▶ _Exercise brief_
Locate the string "IFCGEOMETRICREPRESENTATIONSUBCONTEXT" throughout the material and copy every line in which it occurs.

▶ _Material for this exercise_
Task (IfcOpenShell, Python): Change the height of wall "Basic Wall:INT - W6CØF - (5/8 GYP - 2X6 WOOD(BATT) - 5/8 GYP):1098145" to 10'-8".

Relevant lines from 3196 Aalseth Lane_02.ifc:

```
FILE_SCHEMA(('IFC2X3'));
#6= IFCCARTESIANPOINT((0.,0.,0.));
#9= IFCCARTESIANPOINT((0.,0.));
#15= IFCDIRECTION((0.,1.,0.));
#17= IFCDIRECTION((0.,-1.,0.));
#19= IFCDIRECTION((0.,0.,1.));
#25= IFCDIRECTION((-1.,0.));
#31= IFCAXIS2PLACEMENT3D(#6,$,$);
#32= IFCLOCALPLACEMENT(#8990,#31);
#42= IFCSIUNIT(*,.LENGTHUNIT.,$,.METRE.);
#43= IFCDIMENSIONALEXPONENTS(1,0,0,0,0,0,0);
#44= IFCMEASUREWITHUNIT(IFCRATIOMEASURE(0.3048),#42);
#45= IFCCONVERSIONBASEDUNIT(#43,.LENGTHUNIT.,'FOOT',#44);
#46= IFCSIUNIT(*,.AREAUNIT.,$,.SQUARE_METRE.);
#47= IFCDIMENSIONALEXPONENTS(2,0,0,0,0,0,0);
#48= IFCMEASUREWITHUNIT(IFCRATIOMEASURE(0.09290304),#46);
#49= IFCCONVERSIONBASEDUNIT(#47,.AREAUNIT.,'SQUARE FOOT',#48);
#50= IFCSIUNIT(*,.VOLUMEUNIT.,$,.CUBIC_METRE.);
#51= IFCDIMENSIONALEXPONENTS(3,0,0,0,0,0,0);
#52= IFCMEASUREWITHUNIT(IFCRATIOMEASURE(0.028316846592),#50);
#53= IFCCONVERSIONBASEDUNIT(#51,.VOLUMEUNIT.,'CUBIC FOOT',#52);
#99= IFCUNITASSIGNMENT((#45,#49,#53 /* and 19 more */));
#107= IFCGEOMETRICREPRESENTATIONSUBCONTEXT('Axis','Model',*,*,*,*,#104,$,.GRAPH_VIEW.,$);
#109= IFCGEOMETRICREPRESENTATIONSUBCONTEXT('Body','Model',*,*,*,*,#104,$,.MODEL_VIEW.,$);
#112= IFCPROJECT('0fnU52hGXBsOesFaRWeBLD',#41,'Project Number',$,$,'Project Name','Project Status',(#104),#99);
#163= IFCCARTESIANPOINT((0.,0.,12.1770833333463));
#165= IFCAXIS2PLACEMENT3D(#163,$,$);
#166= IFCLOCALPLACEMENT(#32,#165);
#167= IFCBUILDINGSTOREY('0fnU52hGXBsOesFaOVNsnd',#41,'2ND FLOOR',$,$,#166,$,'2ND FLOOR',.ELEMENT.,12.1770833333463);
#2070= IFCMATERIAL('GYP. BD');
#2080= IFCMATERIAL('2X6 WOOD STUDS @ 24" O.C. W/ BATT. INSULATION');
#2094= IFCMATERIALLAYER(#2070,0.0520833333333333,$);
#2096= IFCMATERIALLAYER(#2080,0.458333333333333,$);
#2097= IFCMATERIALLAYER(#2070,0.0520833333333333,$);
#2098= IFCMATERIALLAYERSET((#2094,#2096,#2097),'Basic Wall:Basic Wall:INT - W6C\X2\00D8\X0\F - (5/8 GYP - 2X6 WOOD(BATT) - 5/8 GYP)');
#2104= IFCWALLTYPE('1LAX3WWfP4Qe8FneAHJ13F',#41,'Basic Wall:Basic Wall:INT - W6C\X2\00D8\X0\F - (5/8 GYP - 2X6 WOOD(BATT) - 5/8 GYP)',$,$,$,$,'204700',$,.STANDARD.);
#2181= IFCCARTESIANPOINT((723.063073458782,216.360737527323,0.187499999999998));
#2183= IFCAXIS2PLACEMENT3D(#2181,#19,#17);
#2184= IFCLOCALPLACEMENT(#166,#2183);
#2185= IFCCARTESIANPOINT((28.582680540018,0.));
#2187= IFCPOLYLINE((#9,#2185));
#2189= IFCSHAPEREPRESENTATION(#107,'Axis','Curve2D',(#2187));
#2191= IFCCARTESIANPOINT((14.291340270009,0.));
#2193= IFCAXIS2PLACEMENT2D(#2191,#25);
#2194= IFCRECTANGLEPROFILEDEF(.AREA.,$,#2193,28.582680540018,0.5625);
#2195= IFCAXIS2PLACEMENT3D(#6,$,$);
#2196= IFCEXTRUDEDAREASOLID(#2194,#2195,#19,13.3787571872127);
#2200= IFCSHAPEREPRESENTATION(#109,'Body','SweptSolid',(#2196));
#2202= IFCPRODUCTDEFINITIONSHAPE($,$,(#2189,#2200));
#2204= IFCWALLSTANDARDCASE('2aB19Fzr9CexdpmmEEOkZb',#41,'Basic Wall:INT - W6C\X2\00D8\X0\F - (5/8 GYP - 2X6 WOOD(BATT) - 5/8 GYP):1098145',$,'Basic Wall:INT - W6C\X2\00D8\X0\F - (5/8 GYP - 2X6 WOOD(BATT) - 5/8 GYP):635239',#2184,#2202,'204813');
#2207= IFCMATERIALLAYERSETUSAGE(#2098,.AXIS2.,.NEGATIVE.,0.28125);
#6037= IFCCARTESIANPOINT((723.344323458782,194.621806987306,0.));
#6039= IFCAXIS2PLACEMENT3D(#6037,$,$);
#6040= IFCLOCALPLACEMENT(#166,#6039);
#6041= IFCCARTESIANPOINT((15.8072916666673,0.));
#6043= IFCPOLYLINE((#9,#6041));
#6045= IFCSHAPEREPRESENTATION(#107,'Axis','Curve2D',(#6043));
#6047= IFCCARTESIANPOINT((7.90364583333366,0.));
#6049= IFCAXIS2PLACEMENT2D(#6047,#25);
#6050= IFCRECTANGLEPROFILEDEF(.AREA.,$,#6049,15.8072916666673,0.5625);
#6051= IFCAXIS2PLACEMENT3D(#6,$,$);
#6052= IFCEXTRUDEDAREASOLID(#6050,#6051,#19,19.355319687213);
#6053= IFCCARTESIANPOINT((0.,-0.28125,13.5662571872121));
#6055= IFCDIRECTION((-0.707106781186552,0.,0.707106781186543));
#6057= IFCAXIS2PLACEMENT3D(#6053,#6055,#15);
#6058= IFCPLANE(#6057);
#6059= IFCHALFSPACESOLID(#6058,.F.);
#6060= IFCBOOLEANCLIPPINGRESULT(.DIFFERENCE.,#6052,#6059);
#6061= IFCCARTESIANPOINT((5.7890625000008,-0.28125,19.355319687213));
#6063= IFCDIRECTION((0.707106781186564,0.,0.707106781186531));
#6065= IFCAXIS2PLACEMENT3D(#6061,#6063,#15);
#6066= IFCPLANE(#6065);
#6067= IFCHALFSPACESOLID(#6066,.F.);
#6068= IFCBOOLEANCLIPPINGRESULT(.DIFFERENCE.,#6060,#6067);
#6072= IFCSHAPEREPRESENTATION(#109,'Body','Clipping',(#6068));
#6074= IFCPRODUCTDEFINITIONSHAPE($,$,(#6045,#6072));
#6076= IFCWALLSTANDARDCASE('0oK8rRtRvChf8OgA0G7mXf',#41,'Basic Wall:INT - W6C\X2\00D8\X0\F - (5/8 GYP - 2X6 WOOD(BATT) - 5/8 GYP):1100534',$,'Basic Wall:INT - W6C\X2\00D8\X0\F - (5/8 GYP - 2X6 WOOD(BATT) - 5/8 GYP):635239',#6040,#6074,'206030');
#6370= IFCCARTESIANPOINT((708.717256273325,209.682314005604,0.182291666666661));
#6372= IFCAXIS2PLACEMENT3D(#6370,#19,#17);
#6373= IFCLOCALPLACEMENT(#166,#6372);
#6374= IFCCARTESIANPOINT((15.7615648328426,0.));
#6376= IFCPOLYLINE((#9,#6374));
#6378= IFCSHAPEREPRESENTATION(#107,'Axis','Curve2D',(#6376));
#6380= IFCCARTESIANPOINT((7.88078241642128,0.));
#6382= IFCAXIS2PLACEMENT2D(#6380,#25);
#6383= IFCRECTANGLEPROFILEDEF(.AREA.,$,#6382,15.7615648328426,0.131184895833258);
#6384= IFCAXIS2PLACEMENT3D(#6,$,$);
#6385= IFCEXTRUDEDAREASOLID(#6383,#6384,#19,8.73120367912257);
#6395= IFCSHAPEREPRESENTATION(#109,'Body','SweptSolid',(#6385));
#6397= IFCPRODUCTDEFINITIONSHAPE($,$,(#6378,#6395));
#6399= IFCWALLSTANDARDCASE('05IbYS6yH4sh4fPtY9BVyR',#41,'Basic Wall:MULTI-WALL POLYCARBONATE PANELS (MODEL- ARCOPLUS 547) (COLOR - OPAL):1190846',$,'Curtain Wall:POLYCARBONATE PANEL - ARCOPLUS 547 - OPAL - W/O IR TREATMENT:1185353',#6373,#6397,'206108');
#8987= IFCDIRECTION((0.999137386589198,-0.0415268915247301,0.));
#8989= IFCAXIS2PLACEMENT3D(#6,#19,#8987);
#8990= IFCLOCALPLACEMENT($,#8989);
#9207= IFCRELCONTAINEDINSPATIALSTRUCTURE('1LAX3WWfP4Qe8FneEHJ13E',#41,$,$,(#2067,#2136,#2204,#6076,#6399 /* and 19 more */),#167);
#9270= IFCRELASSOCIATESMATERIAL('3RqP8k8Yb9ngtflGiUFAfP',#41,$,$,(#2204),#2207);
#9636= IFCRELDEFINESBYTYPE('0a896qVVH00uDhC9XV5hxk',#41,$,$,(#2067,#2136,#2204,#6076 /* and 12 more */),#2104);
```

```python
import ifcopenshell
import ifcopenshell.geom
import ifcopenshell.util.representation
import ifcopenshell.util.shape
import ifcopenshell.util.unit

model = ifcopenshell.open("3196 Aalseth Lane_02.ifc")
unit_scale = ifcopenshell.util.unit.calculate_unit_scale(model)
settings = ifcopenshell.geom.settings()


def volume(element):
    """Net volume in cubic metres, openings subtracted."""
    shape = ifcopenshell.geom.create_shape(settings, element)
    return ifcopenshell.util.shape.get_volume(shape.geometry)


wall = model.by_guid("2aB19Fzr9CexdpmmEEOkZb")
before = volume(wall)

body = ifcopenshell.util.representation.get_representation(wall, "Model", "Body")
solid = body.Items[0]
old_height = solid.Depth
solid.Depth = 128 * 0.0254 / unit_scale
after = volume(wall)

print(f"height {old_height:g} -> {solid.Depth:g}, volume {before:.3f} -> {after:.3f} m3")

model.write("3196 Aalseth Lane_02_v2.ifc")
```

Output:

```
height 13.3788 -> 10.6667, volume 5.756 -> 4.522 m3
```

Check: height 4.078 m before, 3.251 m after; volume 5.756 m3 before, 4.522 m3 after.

▶ _Answer box_
#107= IFCGEOMETRICREPRESENTATIONSUBCONTEXT('Axis','Model',*,*,*,*,#104,$,.GRAPH_VIEW.,$);
#109= IFCGEOMETRICREPRESENTATIONSUBCONTEXT('Body','Model',*,*,*,*,#104,$,.MODEL_VIEW.,$);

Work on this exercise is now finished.